_About this task:_ What lines of the data below hold "Check"? Show them.

_Input data:_
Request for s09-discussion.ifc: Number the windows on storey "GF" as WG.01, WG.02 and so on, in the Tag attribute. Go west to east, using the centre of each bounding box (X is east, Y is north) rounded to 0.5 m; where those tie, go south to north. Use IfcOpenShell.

First a look at what the model holds.

```python
import ifcopenshell
import ifcopenshell.util.element
import ifcopenshell.util.placement

model = ifcopenshell.open("s09-discussion.ifc")
print(model.schema)
storey = next(s for s in model.by_type("IfcBuildingStorey") if s.Name == "GF")
windows = [e for e in ifcopenshell.util.element.get_decomposition(storey) if e.is_a("IfcWindow")]
for e in sorted(windows, key=lambda e: e.id()):
    origin = ifcopenshell.util.placement.get_local_placement(e.ObjectPlacement)[:3, 3]
    print(e.id(), e.Tag, e.Name, origin.round(2) + 0.0, sep=" | ")
```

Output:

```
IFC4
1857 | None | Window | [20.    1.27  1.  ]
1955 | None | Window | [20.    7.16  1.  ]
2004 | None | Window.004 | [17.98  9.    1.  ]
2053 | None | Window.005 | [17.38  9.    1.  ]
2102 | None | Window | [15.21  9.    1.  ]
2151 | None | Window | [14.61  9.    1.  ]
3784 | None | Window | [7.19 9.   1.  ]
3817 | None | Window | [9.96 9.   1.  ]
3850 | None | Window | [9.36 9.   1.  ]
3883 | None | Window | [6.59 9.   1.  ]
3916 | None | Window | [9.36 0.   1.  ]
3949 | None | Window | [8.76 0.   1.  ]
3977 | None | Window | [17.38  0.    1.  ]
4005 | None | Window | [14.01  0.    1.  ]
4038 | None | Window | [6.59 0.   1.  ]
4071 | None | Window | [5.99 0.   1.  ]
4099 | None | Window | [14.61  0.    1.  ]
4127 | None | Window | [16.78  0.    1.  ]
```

```python
import ifcopenshell
import ifcopenshell.geom
import ifcopenshell.util.element
import ifcopenshell.util.shape

model = ifcopenshell.open("s09-discussion.ifc")
settings = ifcopenshell.geom.settings()
settings.set("use-world-coords", True)


def centre(element):
    shape = ifcopenshell.geom.create_shape(settings, element)
    return ifcopenshell.util.shape.get_bbox_centroid(shape.geometry)


storey = next(s for s in model.by_type("IfcBuildingStorey") if s.Name == "GF")
windows = [e for e in ifcopenshell.util.element.get_decomposition(storey) if e.is_a("IfcWindow")]

# Insertion points can sit at a corner or the storey origin, so sort by the geometry (in metres).
centres = {e: centre(e) for e in windows}
windows.sort(key=lambda e: (round(centres[e][0] / 0.5), centres[e][1]))

for i, e in enumerate(windows, start=1):
    number = f"WG.{i:02d}"
    e.Tag = number
    print(e.id(), number)

model.write("s09-discussion_rev.ifc")
```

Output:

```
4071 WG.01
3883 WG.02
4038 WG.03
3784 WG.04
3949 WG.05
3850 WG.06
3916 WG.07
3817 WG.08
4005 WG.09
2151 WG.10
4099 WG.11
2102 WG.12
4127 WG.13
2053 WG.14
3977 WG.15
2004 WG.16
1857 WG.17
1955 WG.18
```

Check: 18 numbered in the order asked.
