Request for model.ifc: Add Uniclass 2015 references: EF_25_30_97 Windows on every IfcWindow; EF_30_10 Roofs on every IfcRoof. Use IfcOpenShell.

First a look at what the model holds.

```python
import ifcopenshell

model = ifcopenshell.open("model.ifc")
print(model.schema)
print("classifications:", [c.Name for c in model.by_type("IfcClassification")])
for ifc_class in ("IfcDoor", "IfcRoof", "IfcStair", "IfcWall", "IfcWindow"):
    print(ifc_class, len(model.by_type(ifc_class)))
```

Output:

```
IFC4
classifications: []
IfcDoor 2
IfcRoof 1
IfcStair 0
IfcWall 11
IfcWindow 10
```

```python
import ifcopenshell
import ifcopenshell.api.classification

model = ifcopenshell.open("model.ifc")

system = ifcopenshell.api.classification.add_classification(model, classification="Uniclass 2015")

codes = {
    "IfcWindow": ("EF_25_30_97", "Windows"),
    "IfcRoof": ("EF_30_10", "Roofs"),
}
for ifc_class, (code, name) in codes.items():
    products = model.by_type(ifc_class)
    ifcopenshell.api.classification.add_reference(
        model, products=products, classification=system, identification=code, name=name
    )
    print(code, len(products))

model.write("model_rev.ifc")
```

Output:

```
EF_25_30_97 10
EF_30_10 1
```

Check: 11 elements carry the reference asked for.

_Completed exercise:_
Check: 18 numbered in the order asked.
Check: 11 elements carry the reference asked for.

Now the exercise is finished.